Business

The Path Forward for Construction: How to Cope With Rising Inflation

Here are three considerations for construction CEOs to better manage during inflation.
By Joe Galvin
September 20, 2022
Topics
Business

Inflation has soared to heights not seen since the 1980s, in part due to the economic shutdown of the pandemic. While businesses across the United States are facing the challenges of endlessly rising costs, the construction industry is bearing the brunt, with no predictable end in sight.

In fact, per Vistage’s recent research, nearly all (96%) construction CEOs are experiencing increased vendor prices as a result of inflation. Eighty-seven percent report higher costs for raw materials and other inputs. Construction executives are being forced to pass through these price hikes to consumers and raise prices in response—84% anticipate their prices will increase over the course of the next year (even more than the 76% national average).

In addition to skyrocketing inflation, construction business leaders are also battling the headwinds of prolonged supply chain slowdowns and continued labor shortages. This requires heading back to the drawing board to rethink everything from hiring and retention strategies to investments, compensation, and benefits offerings in pursuit of new and creative solutions for unprecedented levels of economic uncertainty.

In times of economic instability, construction CEOs should increasingly shift their focus to areas in their control. Following are three top considerations for managing through inflation.

1. Think big picture

As the construction industry faces a nationwide backlog of demand outpacing supply and talent availability, efficiency is more important than ever. Construction leaders can actively invest in their business in the form of cost- and time-saving technology and software that increases productivity and reduces project time. While it may cost more upfront, the end result benefits employees and customers and the pay off will follow suit.

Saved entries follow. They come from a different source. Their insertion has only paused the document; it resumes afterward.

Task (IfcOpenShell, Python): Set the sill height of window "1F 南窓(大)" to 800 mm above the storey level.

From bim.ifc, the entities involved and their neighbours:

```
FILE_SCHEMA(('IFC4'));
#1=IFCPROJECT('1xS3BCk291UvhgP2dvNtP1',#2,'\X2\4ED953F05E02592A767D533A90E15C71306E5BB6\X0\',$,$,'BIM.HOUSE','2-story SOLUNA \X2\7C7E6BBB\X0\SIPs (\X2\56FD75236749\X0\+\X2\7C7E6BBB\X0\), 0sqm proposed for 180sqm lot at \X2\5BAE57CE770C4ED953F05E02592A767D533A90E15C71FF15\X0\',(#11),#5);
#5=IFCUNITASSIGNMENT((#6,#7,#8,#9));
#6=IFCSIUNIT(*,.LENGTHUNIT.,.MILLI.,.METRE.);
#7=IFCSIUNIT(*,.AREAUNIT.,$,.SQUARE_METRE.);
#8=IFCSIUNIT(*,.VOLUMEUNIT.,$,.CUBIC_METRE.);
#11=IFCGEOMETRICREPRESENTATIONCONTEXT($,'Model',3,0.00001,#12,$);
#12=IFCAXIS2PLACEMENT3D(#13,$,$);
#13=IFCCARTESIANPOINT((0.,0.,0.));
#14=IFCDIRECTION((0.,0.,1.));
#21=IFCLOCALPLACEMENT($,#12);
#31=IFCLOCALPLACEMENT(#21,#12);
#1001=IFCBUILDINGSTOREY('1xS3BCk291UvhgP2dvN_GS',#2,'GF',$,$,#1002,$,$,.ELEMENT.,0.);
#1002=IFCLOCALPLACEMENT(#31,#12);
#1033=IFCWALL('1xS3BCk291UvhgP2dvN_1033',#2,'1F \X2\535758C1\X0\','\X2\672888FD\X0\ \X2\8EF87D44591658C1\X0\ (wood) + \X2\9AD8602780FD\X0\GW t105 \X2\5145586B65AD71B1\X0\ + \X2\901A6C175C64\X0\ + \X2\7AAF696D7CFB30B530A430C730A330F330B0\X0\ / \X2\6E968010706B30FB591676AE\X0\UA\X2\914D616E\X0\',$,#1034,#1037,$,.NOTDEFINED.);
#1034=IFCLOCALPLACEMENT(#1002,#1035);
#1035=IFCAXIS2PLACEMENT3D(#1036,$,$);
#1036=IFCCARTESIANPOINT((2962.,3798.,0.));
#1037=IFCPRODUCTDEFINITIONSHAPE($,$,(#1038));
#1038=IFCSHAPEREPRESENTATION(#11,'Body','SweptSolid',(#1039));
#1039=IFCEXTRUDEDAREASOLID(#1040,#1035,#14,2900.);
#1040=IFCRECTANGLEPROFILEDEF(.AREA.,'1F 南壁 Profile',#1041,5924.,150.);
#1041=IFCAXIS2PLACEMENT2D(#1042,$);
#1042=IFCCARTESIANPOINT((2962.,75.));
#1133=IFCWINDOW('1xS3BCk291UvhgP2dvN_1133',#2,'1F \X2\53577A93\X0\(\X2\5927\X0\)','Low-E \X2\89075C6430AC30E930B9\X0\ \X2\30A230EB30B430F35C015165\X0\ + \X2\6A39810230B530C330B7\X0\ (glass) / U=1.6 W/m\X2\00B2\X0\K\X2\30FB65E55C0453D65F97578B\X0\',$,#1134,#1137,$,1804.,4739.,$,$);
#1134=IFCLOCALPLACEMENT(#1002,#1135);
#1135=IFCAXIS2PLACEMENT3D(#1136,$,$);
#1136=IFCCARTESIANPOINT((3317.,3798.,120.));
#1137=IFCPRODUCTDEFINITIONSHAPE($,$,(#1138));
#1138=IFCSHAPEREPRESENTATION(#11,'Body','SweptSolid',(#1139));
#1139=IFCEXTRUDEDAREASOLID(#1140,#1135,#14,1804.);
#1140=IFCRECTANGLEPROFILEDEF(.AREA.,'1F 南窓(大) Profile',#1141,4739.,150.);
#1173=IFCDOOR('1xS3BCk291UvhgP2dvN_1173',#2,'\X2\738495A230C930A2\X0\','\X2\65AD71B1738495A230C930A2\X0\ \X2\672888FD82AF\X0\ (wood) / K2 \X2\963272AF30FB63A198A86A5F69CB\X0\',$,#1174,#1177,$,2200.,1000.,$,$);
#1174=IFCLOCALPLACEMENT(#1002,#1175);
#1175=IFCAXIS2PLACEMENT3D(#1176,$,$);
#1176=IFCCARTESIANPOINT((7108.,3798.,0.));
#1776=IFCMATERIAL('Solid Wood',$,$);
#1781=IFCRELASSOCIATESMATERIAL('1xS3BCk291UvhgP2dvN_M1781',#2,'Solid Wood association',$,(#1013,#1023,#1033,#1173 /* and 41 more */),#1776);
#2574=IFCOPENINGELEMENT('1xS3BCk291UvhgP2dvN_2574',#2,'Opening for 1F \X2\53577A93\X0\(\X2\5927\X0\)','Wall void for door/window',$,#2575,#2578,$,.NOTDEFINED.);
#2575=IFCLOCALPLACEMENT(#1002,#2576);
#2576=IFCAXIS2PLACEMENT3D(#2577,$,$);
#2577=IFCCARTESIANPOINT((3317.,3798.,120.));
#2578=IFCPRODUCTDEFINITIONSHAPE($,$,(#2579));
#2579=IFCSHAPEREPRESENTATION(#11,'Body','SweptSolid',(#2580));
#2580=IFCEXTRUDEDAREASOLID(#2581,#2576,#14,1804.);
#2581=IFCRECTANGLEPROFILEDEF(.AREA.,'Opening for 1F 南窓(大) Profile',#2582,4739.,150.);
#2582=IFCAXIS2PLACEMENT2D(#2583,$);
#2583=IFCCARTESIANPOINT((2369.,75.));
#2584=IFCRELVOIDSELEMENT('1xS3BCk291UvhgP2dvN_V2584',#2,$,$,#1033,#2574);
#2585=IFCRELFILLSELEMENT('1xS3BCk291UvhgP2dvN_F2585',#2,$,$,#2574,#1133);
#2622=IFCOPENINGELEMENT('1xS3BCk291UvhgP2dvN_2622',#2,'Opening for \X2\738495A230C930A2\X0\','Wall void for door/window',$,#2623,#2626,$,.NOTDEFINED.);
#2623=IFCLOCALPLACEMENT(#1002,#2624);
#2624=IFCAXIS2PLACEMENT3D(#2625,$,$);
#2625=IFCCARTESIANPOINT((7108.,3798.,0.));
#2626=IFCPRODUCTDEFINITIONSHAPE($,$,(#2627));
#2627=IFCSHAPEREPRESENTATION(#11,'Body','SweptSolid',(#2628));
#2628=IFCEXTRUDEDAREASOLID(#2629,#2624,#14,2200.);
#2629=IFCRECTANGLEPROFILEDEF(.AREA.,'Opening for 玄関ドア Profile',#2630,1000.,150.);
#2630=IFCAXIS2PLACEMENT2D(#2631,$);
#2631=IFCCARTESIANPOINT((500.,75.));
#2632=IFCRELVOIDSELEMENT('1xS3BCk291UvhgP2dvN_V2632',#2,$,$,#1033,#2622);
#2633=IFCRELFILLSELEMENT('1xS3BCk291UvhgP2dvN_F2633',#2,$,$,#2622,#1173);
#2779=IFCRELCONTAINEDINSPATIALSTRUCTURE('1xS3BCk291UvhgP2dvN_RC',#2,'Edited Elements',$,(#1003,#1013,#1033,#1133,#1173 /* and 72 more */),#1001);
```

```python
import numpy as np
import ifcopenshell
import ifcopenshell.api.geometry
import ifcopenshell.geom
import ifcopenshell.util.element
import ifcopenshell.util.placement
import ifcopenshell.util.shape
import ifcopenshell.util.unit

model = ifcopenshell.open("bim.ifc")
unit_scale = ifcopenshell.util.unit.calculate_unit_scale(model)

window = model.by_guid("1xS3BCk291UvhgP2dvN_1133")
opening = window.FillsVoids[0].RelatingOpeningElement
storey = ifcopenshell.util.element.get_container(window, ifc_class="IfcBuildingStorey")
level = ifcopenshell.util.placement.get_local_placement(storey.ObjectPlacement)[2, 3]

# The opening's origin need not be at the sill, so measure its lowest point.
shape = ifcopenshell.geom.create_shape(ifcopenshell.geom.settings(), opening)
bottom = ifcopenshell.util.shape.get_shape_bottom_elevation(shape, shape.geometry) / unit_scale
dz = level + 0.8 / unit_scale - bottom

shift = np.array([0.0, 0.0, dz])
# The window is not placed relative to its opening, so move both.
for product in (opening, window):
    matrix = ifcopenshell.util.placement.get_local_placement(product.ObjectPlacement)
    matrix[:3, 3] += shift
    ifcopenshell.api.geometry.edit_object_placement(model, product=product, matrix=matrix, is_si=False)

print(f"moved by {dz * unit_scale:+.3f} m")

model.write("bim-out.ifc")
```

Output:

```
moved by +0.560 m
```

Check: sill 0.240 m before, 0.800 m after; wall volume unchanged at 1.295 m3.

Steve DeWeese, vice president of construction for Elder Construction Inc., says, “We are focused on becoming more efficient and taking costs out of the business where we can. We’ve invested in the training and development of leadership. But we’ve also invested in software to drive more efficiency in the ways we manage projects and provide a better client experience.”

2. Hiring starts with retention

According to the recent HBI Construction Labor Market Report, the construction industry needs 2.2 million net hires in the next two years to keep up with demand. While hiring and recruitment strategies are crucial during labor shortages, construction CEOs should also dedicate equal time and money to their employee retention efforts. Quit rates continue to be high as employees participate in “The Big Upgrade” and seek roles with higher pay, more responsibility, increased flexibility and better culture. The costs of finding, hiring and training new talent have never been higher, and having the right people on staff makes all the difference during difficult times. Construction CEOs who adjust internal salary bands, offer programs for leadership development, and invest in upskilling/reskilling can see a more engaged workforce. Employees who feel valued by their organization will not need to look outside the walls of their current company for an “upgrade.” Investing in current staff can unlock powerful cost savings in the long run.

Jessica Meyer, president and Owner of JEM Group, says, “The key to hiring and retaining great people is to talk to your people all of the time. Stay connected. Make sure that they know that they matter, that they have a career path, that they are an important part of your organization.”

3. Seek low-hanging fruit

Construction CEOs can look for cost savings opportunities wherever possible. There is no better time to review contracts with top vendors and identify opportunities to price freeze, end or renegotiate. Have conversations with employees. Oftentimes, they can quickly point to items that are no longer useful and could be chipping away at budgets over time. Cutting these small costs adds up over time and can help the company to withstand volatile pricing and ensure money is being spent in places that actually have an impact.

CEOs can also evaluate customer relationships. Letting go of clients can be challenging. But customers who aren’t the right fit can drain resources that could create more profitable opportunities.

Despite grueling industry challenges, there is a bright light for construction: Vistage research shows 41% of construction CEOs expect to increase revenue in the year ahead. Similarly, a 2022 Deloitte survey of U.S. executives and other senior leaders in construction found that 91% of respondents characterized the business outlook for their industry as somewhat or very positive, 23% higher than last year. Driving this business confidence is the expected strong performance of the residential segment.

Construction holds a promising future, as demand remains strong with 103,000 net residential construction jobs added over the last 12 months. CEOs who manage thoughtfully through ongoing inflation, talent shortages, and supply chain slowdowns stand to benefit from a booming market and will be best poised to tackle challenges for years to come.

by Joe Galvin
Joe Galvin is chief research officer for Vistage, the world’s leading executive coaching organization for small and mid-sized businesses. In his role, he is responsible for providing Vistage members with most current, compelling and actionable thought leadership on the issues, topics and decisions of small and midsized business CEOs.